Page MenuHomePhabricator

Homepage: add schemas to EventLogging whitelist
Closed, ResolvedPublic

Description

We've got approval from Legal for our data retention plan (ref: T219250#5150014), and the Data retention guidelines have now been updated with an exception for the Homepage project. It's time to add the Homepage schemas to the EventLogging whitelist. This task tracks that, which will keep/purge schema fields in accordance with the measurement specification.

Event Timeline

Change 516520 had a related patch set uploaded (by Nettrom; owner: Nettrom):
[analytics/refinery@master] Add HomepageModule and HomepageVisit, hash HelpPanel token

https://gerrit.wikimedia.org/r/516520

Upon reviewing this patch, @mforns raised concerns about the information we store about the mentors in this schema. It likely makes it possible to connect mentor and mentee, so the suggestion is to bucket edit counts. Thinking about this, we might want to bucket "time since last activity" as well to make both pieces of information less identifying.

At the same time, the pool of mentors is limited and available on-wiki, if I remember correctly. Meaning that if one is really interested in learning this, the list of possible options is likely small.

Bucketing these two pieces of information won't affect our research questions, as far as I can tell, it'll just mean we use categories as predictors instead of continuous variables (besides, if I really want to use the exact count for this, I can calculate that for the analysis).

I'm not against this change, but also wanted to make sure thoughts, ideas, and concerns from the rest of the team are heard before I suggest we implement it. Pinging @MMiller_WMF and our engineers: @SBisson @kostajh @Catrope

As you said, mentors are few and publicly available on wiki. Also, as soon as a mentee ask a question, their mentor-mentee relationship is made public on the mentor's talk page. What is currently private is mentor assignment before any question is posted.

Thinking about the size of the edit count buckets, they would have to be fairly large for this not being identifiable, especially when cross-referenced with the "time since last activity" bucket. In other words, is it possible that to anonymize this data, buckets would have to be so large that most or all mentors are in the same buckets, and that would make this data useless for analysis?

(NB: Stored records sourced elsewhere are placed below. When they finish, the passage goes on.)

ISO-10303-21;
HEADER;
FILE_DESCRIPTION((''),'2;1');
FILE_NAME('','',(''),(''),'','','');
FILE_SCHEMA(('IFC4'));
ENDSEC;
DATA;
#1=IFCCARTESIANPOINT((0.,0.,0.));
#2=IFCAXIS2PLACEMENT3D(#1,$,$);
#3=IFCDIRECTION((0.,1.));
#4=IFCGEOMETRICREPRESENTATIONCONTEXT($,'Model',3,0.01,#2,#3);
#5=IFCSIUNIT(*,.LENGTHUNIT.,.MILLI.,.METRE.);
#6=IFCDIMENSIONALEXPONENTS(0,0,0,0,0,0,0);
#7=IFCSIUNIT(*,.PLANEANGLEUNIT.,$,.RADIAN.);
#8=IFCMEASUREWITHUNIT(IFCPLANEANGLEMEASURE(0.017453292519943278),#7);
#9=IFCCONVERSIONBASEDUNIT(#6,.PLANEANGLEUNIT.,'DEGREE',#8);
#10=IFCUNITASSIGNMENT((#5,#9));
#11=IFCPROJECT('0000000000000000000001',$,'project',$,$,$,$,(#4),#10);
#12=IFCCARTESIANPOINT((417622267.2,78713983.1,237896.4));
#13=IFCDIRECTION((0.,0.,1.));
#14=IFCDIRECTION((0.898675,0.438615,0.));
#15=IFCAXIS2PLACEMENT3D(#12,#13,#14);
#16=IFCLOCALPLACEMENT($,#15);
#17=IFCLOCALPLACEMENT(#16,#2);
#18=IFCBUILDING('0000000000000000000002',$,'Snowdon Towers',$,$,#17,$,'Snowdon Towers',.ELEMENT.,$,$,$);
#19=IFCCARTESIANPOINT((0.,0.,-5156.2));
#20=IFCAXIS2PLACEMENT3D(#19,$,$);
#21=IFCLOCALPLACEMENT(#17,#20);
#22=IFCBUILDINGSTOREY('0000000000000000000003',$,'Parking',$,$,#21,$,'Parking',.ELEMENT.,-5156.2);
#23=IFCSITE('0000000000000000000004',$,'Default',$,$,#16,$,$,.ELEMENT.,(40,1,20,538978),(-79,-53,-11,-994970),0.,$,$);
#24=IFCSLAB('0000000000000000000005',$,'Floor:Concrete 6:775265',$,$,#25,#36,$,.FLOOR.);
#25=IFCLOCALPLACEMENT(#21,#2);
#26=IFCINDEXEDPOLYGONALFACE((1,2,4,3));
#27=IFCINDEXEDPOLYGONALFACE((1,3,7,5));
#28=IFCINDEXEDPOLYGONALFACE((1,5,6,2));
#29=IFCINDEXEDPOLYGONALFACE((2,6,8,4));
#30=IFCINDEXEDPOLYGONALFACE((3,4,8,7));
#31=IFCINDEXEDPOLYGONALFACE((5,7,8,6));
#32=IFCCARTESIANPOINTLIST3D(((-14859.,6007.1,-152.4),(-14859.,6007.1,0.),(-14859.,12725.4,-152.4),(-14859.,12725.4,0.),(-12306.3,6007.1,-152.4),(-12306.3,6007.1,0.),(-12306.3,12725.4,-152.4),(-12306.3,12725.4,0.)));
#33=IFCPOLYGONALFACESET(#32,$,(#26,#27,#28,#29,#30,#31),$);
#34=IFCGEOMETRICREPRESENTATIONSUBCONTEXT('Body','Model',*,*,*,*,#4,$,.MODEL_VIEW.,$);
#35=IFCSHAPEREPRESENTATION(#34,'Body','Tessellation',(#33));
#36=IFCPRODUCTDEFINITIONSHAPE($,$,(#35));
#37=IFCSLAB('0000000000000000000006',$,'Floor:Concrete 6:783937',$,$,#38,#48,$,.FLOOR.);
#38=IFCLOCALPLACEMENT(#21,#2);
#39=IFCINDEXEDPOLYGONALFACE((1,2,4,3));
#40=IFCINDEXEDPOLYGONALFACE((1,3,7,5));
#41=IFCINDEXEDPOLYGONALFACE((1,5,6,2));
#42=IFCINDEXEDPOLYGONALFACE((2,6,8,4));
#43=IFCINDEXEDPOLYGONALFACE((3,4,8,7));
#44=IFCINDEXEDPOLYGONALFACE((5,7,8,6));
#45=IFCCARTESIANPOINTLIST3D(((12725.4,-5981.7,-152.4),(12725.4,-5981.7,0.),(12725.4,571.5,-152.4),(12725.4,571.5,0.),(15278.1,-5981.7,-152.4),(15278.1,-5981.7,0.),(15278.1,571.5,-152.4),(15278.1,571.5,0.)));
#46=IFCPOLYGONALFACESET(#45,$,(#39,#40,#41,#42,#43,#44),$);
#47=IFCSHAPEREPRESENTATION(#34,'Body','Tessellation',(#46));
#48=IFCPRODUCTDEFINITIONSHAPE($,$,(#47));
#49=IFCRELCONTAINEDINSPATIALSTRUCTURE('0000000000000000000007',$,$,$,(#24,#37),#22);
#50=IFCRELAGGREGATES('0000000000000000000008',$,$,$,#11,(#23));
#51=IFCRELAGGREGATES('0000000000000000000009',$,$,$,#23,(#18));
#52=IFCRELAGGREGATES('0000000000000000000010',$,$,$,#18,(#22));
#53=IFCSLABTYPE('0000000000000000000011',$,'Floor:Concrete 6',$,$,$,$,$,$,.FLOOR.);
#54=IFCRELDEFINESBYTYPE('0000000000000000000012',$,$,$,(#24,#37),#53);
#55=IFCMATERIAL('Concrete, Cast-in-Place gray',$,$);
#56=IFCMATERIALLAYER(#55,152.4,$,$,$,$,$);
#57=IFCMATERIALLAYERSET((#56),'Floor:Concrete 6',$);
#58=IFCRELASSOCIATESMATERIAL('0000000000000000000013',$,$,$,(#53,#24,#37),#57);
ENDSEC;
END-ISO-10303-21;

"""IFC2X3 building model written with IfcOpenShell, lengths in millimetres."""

from ifc_helpers import new_model, entity, si_unit, converted_unit, direction, frame, frame_2d, origin, origin_2d_with_axis, place, context, subcontext, project, spatial, rectangle, extrude, material, layer, layer_set, layer_usage, type_object, element, save


model = new_model("IFC2X3")

# Units and contexts
model_context = context("Model", 3, precision=0.01, world=origin(), true_north=direction((0.0, 1.0)))
body_context = subcontext(model_context, "Body", "Model", "MODEL_VIEW")
ifc_project = project(units=[si_unit("LENGTHUNIT", "METRE", prefix="MILLI"), converted_unit("PLANEANGLEUNIT", "DEGREE", entity("IfcPlaneAngleMeasure", 0.017453292519943278), si_unit("PLANEANGLEUNIT", "RADIAN"), dimensions=[0, 0, 0, 0, 0, 0, 0])], contexts=[model_context])

# Site, building, storey
site_placement = place(None, frame((417622267.2, 78713983.1, 237896.4), z_axis=(0.0, 0.0, 1.0), x_axis=(0.898675, 0.438615, 0.0)))
site = spatial("IfcSite", under=ifc_project, at=site_placement, Name="Default", CompositionType="ELEMENT", RefLatitude=(40, 1, 20, 538978), RefLongitude=(-79, -53, -11, -994970), RefElevation=0.0)
building_placement = place(site_placement, origin())
building = spatial("IfcBuilding", under=site, at=building_placement, Name="Snowdon Towers", LongName="Snowdon Towers", CompositionType="ELEMENT")
storey_placement = place(building_placement, frame((0.0, 0.0, -5156.2)))
storey = spatial("IfcBuildingStorey", under=building, at=storey_placement, Name="Parking", LongName="Parking", CompositionType="ELEMENT", Elevation=-5156.2)

# Shared definitions
ifc_material = material(Name="Concrete, Cast-in-Place gray")

# Shared definitions
ifc_layer = layer(ifc_material, 152.4)
ifc_layer_set = layer_set([ifc_layer], Name="Floor:Concrete 6")
slab_type_1 = type_object("IfcSlabType", Name="Floor:Concrete 6", PredefinedType="FLOOR", material=ifc_layer_set)

# Slabs
ifc_layer_usage_1 = layer_usage(ifc_layer_set, "AXIS3", "POSITIVE", 0.0)
slab_1_placement = place(storey_placement, origin())
element("IfcSlab", 1, at=slab_1_placement, inside=storey, type_object=slab_type_1, material=ifc_layer_usage_1, Name="Floor:Concrete 6:775265", PredefinedType="FLOOR", context=body_context, shape_type="SweptSolid", body=[
    extrude(rectangle(XDim=6718.3, YDim=2552.7, at=frame_2d((0.0, 0.0), x_axis=(1.0, 0.0))), frame((-13582.6, 9366.3, 0.0), z_axis=(0.0, 0.0, -1.0), x_axis=(0.0, 1.0, 0.0)), (0.0, 0.0, 1.0), 152.4),
])
ifc_layer_usage_2 = layer_usage(ifc_layer_set, "AXIS3", "POSITIVE", 0.0)
slab_2_placement = place(storey_placement, origin())
element("IfcSlab", 2, at=slab_2_placement, inside=storey, type_object=slab_type_1, material=ifc_layer_usage_2, Name="Floor:Concrete 6:783937", PredefinedType="FLOOR", context=body_context, shape_type="SweptSolid", body=[
    extrude(rectangle(XDim=6553.2, YDim=2552.7, at=origin_2d_with_axis()), frame((14001.8, -2705.1, 0.0), z_axis=(0.0, 0.0, -1.0), x_axis=(0.0, 1.0, 0.0)), (0.0, 0.0, 1.0), 152.4),
])

save(model, "model.ifc")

Thanks @nettrom_WMF for bringing this out.
If the mentor-mentee relation is already public on wiki and users know that (as @SBisson said), I think it's OK to keep that information in the events!
No need to bucket edit_counts nor time since last activity.

Very interesting. I think about it like this:

  • It is public who is a mentor in general.
  • Once a newcomer takes action on their relationship with a mentor by asking them a question, it becomes public that that mentor is assigned to that user.
  • So, as @SBisson says, the only secret is which mentor is assigned to which newcomer before the newcomer takes action on the relationship. And I can't think of a reason why that information would be secret or revealing. @mforns, do you see any reason there?

@MMiller_WMF no I agree with you, it seems OK to me to keep that information.

Change 516520 merged by Mforns:
[analytics/refinery@master] Add HomepageModule and HomepageVisit, hash HelpPanel token

https://gerrit.wikimedia.org/r/516520

Merged it, thanks for the clarifications!

Have confirmed that the data is now flowing into the Data Lake and appears to be correct. Closing this as resolved.